Pics of my bars. They both have stickers that say they are 1200 lbs. Also Paul, it looks like I have about 3 grooves of tilt, if I looked correctly. If you look at the pics I posted earlier, you can almost count them on the pic that's showing the head.
View attachment 1909


----------



## willingtonpaul

did the bottom bar come from the side of the setup with the fully extended cam adjuster and overstressed snap up bracket ? that bar looks to be a god bit longer, and the trunnion head looks to be shaped differently. i gotta go check out mine and take a picture. that could be the reason the cam adjuster is in a different position....

also, did i post this link ? i did not take the time to go through the thread..
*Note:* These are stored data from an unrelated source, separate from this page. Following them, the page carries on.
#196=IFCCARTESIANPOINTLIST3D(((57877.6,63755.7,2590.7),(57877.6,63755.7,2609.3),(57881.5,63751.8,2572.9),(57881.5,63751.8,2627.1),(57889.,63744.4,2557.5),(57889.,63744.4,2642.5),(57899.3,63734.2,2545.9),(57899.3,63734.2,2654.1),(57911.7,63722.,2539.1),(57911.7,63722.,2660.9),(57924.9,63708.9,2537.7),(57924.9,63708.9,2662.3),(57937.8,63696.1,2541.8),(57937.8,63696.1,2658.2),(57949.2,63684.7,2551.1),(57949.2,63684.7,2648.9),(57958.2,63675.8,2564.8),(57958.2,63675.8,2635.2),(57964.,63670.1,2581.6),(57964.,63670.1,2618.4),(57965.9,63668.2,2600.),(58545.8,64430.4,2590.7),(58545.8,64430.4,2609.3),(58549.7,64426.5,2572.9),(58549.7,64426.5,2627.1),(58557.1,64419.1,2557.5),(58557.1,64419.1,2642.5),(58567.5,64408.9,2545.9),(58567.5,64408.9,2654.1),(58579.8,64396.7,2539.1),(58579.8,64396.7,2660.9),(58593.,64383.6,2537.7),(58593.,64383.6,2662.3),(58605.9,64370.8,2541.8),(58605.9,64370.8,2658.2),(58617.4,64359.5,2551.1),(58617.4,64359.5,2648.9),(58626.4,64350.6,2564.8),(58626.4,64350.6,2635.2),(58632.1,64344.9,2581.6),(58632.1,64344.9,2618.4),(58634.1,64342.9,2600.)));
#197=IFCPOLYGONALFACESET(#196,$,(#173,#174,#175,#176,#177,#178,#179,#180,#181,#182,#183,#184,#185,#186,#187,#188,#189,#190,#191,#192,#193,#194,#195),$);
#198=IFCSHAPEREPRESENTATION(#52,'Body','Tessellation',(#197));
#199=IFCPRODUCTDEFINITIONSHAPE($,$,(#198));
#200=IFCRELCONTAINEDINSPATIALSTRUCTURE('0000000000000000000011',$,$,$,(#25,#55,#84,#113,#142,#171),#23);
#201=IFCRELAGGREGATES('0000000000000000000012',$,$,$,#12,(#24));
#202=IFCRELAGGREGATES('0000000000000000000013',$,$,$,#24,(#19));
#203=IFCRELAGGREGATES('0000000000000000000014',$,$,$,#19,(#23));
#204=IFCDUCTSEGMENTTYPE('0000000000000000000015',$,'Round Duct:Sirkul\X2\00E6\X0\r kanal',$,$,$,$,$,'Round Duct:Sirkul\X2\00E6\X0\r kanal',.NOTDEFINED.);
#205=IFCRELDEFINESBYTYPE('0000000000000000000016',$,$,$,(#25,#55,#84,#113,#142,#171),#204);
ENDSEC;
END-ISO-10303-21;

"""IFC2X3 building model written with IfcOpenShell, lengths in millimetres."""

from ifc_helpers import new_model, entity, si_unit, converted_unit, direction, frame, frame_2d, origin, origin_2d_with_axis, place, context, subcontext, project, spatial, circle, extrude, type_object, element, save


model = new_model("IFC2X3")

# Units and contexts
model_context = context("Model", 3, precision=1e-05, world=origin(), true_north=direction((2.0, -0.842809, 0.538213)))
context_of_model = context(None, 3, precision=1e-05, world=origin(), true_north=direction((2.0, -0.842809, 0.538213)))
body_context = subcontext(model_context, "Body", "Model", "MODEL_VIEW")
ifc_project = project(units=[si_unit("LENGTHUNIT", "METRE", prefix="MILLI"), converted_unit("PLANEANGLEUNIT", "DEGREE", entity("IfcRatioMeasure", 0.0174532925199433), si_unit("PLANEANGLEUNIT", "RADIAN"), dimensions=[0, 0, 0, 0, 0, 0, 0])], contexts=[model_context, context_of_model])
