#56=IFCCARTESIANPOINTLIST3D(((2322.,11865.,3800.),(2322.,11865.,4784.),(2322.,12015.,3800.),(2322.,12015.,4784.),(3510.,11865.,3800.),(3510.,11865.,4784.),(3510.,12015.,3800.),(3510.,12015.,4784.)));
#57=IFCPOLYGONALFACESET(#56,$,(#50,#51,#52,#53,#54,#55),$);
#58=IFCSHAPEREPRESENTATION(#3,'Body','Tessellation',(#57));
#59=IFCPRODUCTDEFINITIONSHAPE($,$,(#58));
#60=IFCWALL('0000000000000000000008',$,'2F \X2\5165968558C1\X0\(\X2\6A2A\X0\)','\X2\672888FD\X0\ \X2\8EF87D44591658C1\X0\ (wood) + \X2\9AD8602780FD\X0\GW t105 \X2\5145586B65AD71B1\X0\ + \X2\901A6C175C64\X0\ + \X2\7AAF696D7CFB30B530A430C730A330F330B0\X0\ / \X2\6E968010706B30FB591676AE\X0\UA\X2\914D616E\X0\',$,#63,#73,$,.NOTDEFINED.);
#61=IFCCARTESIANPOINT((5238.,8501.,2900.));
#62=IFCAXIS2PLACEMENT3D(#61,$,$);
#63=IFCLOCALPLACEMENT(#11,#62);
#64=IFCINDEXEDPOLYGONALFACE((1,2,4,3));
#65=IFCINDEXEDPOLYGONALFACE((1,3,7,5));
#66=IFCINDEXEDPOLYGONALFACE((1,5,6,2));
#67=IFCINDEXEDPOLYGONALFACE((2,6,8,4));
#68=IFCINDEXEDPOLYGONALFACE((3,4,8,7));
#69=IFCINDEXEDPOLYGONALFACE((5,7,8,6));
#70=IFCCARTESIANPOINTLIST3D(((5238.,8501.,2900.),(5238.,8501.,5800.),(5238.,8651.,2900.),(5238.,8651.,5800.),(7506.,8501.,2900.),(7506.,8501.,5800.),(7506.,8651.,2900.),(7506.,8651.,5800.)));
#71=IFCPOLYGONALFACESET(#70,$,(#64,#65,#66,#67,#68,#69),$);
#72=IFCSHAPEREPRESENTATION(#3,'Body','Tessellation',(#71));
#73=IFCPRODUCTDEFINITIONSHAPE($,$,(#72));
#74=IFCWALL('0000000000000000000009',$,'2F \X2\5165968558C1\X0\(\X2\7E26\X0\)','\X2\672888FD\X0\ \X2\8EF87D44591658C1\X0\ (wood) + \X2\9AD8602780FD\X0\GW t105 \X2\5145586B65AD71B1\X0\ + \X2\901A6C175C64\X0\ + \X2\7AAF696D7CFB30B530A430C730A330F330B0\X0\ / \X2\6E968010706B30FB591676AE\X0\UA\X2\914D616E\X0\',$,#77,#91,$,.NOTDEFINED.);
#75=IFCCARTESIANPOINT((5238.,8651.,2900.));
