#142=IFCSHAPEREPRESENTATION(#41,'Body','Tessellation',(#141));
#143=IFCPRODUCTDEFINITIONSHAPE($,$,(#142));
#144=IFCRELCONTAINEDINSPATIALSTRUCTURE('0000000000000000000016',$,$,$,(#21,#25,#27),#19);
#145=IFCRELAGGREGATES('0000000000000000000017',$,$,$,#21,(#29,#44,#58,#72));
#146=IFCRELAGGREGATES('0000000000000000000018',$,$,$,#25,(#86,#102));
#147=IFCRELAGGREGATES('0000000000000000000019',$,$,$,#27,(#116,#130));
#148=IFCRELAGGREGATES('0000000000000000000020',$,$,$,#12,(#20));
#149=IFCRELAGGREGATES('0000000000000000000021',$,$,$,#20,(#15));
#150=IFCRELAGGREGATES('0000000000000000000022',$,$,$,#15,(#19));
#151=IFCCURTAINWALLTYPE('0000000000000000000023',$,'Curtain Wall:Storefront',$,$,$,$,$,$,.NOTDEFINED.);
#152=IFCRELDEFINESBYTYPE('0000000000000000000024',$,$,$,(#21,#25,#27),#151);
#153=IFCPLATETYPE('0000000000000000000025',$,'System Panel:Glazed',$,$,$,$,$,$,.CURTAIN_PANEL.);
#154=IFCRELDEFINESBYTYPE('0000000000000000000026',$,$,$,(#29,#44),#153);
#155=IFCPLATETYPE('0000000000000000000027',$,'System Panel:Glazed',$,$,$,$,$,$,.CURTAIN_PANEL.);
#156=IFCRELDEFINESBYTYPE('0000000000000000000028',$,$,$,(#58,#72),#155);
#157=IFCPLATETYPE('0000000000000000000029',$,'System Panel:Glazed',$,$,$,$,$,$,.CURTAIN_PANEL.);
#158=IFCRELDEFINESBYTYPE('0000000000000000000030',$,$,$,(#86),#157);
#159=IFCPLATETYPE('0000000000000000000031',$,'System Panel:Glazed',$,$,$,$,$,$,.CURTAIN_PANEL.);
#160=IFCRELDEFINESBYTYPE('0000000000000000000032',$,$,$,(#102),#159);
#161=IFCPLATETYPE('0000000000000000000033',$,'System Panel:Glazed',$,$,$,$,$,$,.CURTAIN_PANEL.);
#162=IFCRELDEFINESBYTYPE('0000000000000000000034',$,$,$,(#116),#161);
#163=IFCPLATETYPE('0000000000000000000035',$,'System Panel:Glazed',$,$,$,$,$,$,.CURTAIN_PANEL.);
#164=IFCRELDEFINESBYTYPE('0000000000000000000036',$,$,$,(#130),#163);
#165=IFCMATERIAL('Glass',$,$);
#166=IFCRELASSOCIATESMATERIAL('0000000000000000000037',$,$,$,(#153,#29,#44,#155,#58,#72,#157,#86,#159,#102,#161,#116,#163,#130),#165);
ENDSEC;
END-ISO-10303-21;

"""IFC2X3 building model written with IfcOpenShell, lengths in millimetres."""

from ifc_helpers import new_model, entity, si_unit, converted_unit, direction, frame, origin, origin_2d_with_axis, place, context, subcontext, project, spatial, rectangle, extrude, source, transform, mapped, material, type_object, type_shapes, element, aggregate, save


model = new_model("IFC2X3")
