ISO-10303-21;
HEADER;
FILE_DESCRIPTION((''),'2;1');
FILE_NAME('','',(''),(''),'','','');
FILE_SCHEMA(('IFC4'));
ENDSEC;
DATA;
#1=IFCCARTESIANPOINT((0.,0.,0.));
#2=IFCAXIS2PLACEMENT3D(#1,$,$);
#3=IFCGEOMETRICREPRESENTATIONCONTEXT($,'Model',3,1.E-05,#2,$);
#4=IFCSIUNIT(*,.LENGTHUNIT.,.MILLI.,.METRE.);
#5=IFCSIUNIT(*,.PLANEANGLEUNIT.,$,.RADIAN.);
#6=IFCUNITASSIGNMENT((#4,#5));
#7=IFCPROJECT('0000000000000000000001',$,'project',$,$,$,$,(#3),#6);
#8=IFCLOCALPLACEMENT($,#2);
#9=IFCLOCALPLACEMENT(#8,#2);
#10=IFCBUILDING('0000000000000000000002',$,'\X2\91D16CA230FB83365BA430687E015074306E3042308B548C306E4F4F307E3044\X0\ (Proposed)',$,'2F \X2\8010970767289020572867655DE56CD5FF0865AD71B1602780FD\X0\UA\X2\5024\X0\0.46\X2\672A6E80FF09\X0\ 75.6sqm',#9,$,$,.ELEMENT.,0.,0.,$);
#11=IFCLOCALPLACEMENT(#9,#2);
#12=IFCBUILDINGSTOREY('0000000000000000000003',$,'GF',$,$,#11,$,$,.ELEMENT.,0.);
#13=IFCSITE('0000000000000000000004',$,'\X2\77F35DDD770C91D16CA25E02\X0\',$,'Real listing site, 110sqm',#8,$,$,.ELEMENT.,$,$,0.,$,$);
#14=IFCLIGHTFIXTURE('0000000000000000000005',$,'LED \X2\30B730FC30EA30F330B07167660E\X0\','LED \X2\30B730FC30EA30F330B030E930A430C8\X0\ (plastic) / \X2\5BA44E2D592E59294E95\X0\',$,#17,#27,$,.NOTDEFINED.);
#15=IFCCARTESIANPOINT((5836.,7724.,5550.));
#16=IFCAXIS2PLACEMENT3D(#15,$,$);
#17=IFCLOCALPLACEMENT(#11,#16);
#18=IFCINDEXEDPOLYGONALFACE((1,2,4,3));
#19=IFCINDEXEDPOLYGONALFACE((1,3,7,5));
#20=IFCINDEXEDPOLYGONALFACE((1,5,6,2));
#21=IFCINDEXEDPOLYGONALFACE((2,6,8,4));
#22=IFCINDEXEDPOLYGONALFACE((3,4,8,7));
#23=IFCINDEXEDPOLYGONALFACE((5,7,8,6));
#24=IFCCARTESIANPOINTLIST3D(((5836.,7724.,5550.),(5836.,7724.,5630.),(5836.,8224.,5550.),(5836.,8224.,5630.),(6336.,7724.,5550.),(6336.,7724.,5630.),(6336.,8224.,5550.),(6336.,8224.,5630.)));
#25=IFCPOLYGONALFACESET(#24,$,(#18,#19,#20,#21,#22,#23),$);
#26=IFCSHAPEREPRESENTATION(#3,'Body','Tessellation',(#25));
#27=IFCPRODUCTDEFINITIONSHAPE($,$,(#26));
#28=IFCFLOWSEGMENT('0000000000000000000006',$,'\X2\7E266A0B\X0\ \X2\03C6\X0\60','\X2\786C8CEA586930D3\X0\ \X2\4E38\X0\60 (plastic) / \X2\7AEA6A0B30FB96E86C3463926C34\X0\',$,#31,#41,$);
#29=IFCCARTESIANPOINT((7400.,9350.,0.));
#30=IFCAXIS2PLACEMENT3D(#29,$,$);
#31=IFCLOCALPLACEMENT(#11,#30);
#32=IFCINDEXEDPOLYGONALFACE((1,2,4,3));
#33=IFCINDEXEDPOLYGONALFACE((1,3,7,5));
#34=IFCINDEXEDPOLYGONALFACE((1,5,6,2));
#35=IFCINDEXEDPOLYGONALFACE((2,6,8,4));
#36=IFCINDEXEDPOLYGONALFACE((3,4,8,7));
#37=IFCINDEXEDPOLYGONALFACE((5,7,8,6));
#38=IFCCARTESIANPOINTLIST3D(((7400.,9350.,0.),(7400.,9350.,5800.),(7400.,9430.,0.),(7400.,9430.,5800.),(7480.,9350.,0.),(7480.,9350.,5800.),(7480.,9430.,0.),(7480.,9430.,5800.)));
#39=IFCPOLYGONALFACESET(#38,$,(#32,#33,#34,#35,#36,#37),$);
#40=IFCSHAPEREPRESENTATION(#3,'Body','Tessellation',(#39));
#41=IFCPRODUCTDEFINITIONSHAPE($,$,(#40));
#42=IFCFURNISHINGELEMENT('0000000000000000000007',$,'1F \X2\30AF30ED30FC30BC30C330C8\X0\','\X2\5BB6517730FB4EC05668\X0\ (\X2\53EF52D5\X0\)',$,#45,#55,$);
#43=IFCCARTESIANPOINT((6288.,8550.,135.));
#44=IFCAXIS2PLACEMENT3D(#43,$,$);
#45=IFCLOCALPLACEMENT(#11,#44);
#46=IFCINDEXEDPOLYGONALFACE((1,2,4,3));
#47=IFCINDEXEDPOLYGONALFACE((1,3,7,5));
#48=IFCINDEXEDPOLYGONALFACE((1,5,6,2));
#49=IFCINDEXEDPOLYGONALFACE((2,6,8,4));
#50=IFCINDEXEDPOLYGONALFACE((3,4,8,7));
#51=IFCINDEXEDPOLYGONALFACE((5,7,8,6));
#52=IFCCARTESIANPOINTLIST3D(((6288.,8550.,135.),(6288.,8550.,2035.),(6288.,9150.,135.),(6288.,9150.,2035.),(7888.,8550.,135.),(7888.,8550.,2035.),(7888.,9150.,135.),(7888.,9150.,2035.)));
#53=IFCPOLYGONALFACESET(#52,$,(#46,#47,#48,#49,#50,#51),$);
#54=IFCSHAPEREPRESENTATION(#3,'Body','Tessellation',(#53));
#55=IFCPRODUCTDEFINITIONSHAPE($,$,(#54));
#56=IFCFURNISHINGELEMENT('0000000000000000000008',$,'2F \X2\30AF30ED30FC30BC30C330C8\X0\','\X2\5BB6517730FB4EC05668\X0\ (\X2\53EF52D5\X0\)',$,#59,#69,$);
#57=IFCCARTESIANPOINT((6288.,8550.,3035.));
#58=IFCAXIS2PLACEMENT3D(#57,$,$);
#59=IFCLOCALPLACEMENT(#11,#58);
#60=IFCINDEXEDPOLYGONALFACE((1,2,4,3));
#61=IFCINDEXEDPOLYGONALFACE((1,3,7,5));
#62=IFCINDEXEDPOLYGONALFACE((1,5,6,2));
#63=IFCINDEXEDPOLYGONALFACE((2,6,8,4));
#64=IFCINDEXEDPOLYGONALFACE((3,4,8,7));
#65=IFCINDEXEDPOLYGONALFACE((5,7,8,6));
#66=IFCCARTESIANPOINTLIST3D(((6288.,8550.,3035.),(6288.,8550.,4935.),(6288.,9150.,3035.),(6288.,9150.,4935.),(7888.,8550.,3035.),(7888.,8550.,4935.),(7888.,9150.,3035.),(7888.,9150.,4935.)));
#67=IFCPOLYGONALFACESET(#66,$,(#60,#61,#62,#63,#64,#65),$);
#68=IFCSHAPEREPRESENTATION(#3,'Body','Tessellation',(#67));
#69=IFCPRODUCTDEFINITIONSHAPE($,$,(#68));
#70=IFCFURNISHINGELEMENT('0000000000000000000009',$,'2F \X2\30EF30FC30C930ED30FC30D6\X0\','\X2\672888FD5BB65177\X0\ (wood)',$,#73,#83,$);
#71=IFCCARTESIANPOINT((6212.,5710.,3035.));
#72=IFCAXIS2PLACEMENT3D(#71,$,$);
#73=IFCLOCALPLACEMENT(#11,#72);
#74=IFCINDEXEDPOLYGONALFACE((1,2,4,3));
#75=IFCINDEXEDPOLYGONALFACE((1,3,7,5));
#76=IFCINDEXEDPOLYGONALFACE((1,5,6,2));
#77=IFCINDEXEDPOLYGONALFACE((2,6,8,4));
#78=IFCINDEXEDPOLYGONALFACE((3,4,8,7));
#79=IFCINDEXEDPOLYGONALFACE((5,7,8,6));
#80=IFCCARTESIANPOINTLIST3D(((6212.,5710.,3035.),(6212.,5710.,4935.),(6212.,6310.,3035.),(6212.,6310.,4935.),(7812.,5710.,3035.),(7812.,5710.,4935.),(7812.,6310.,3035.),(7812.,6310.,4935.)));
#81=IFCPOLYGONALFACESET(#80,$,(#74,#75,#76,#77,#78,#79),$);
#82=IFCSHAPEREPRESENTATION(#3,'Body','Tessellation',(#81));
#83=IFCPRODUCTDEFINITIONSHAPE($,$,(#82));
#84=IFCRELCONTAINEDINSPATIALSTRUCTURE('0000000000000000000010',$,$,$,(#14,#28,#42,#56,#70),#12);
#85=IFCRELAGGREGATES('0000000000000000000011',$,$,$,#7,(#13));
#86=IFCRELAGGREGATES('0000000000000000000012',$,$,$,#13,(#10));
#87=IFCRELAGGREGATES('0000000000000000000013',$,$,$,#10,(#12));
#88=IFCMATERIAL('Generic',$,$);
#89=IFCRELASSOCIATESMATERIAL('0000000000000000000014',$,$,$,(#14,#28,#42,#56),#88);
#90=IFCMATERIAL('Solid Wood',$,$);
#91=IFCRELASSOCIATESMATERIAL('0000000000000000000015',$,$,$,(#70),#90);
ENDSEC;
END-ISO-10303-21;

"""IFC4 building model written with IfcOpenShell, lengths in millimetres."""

from ifc_helpers import new_model, si_unit, frame, frame_2d, origin, place, context, project, spatial, rectangle, extrude, material, element, save


model = new_model("IFC4")

# Units and contexts
model_context = context("Model", 3, precision=1e-05, world=origin())
ifc_project = project(units=[si_unit("LENGTHUNIT", "METRE", prefix="MILLI"), si_unit("PLANEANGLEUNIT", "RADIAN")], contexts=[model_context])

# Site, building, storey
site_placement = place(None, origin())
site = spatial("IfcSite", under=ifc_project, at=site_placement, Name="石川県金沢市", ObjectType="Real listing site, 110sqm", CompositionType="ELEMENT", RefElevation=0.0)
building_placement = place(site_placement, origin())
building = spatial("IfcBuilding", under=site, at=building_placement, Name="金沢・茶室と縁側のある和の住まい (Proposed)", ObjectType="2F 耐震木造在来工法（断熱性能UA値0.46未満） 75.6sqm", CompositionType="ELEMENT", ElevationOfRefHeight=0.0, ElevationOfTerrain=0.0)
storey_placement = place(building_placement, origin())
storey = spatial("IfcBuildingStorey", under=building, at=storey_placement, Name="GF", CompositionType="ELEMENT", Elevation=0.0)

# Shared definitions
ifc_material_1 = material(Name="Solid Wood")

# Shared definitions
ifc_material_2 = material(Name="Generic")

# Light fixture
light_fixture_1_placement = place(storey_placement, frame((5836.0, 7724.0, 5550.0)))
element("IfcLightFixture", 1, at=light_fixture_1_placement, inside=storey, material=ifc_material_2, Name="LED シーリング照明", Description="LED シーリングライト (plastic) / 室中央天井", PredefinedType="NOTDEFINED", context=model_context, shape_type="SweptSolid", body=[
    extrude(rectangle(XDim=500.0, YDim=500.0, at=frame_2d((250.0, 250.0))), frame((5836.0, 7724.0, 5550.0)), (0.0, 0.0, 1.0), 80.0),
])

# Flow segment
flow_segment_placement = place(storey_placement, frame((7400.0, 9350.0, 0.0)))
element("IfcFlowSegment", 2, at=flow_segment_placement, inside=storey, material=ifc_material_2, Name="縦樋 φ60", Description="硬質塩ビ 丸60 (plastic) / 竪樋・雨水排水", context=model_context, shape_type="SweptSolid", body=[
    extrude(rectangle(XDim=80.0, YDim=80.0, at=frame_2d((40.0, 40.0))), frame((7400.0, 9350.0, 0.0)), (0.0, 0.0, 1.0), 5800.0),
])

# Furnishing elements
furnishing_1_placement = place(storey_placement, frame((6288.0, 8550.0, 135.0)))
element("IfcFurnishingElement", 3, at=furnishing_1_placement, inside=storey, material=ifc_material_2, Name="1F クローゼット", Description="家具・什器 (可動)", context=model_context, shape_type="SweptSolid", body=[
    extrude(rectangle(XDim=1600.0, YDim=600.0, at=frame_2d((800.0, 300.0))), frame((6288.0, 8550.0, 135.0)), (0.0, 0.0, 1.0), 1900.0),
])
furnishing_2_placement = place(storey_placement, frame((6288.0, 8550.0, 3035.0)))
element("IfcFurnishingElement", 4, at=furnishing_2_placement, inside=storey, material=ifc_material_2, Name="2F クローゼット", Description="家具・什器 (可動)", context=model_context, shape_type="SweptSolid", body=[
    extrude(rectangle(XDim=1600.0, YDim=600.0, at=frame_2d((800.0, 300.0))), frame((6288.0, 8550.0, 3035.0)), (0.0, 0.0, 1.0), 1900.0),
])
furnishing_3_placement = place(storey_placement, frame((6212.0, 5710.0, 3035.0)))
element("IfcFurnishingElement", 5, at=furnishing_3_placement, inside=storey, material=ifc_material_1, Name="2F ワードローブ", Description="木製家具 (wood)", context=model_context, shape_type="SweptSolid", body=[
    extrude(rectangle(XDim=1600.0, YDim=600.0, at=frame_2d((800.0, 300.0))), frame((6212.0, 5710.0, 3035.0)), (0.0, 0.0, 1.0), 1900.0),
])

save(model, "model.ifc")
http://www.inlandrv.com/articles/hitch-torsion-bar-story.html


----------



## LaydBack

willingtonpaul said:


> did the bottom bar come from the side of the setup with the fully extended cam adjuster and overstressed snap up bracket ? that bar looks to be a god bit longer, and the trunnion head looks to be shaped differently. i gotta go check out mine and take a picture. that could be the reason the cam adjuster is in a different position....
> 
> also, did i post this link ? i did not take the time to go through the thread..
> 
> http://www.inlandrv.com/articles/hitch-torsion-bar-story.html


Unfortunately, I didn't see this until I'd left for work this morning. I'm not sure how I have the bars laid in the pics. I seem to remember having stacked the bars before, to see how they compared, and don't remember there being a difference in lengths. I can double check when I get in this evening, but I think it looks that way because the trunnion heads are angled and I have them lined up at the pins.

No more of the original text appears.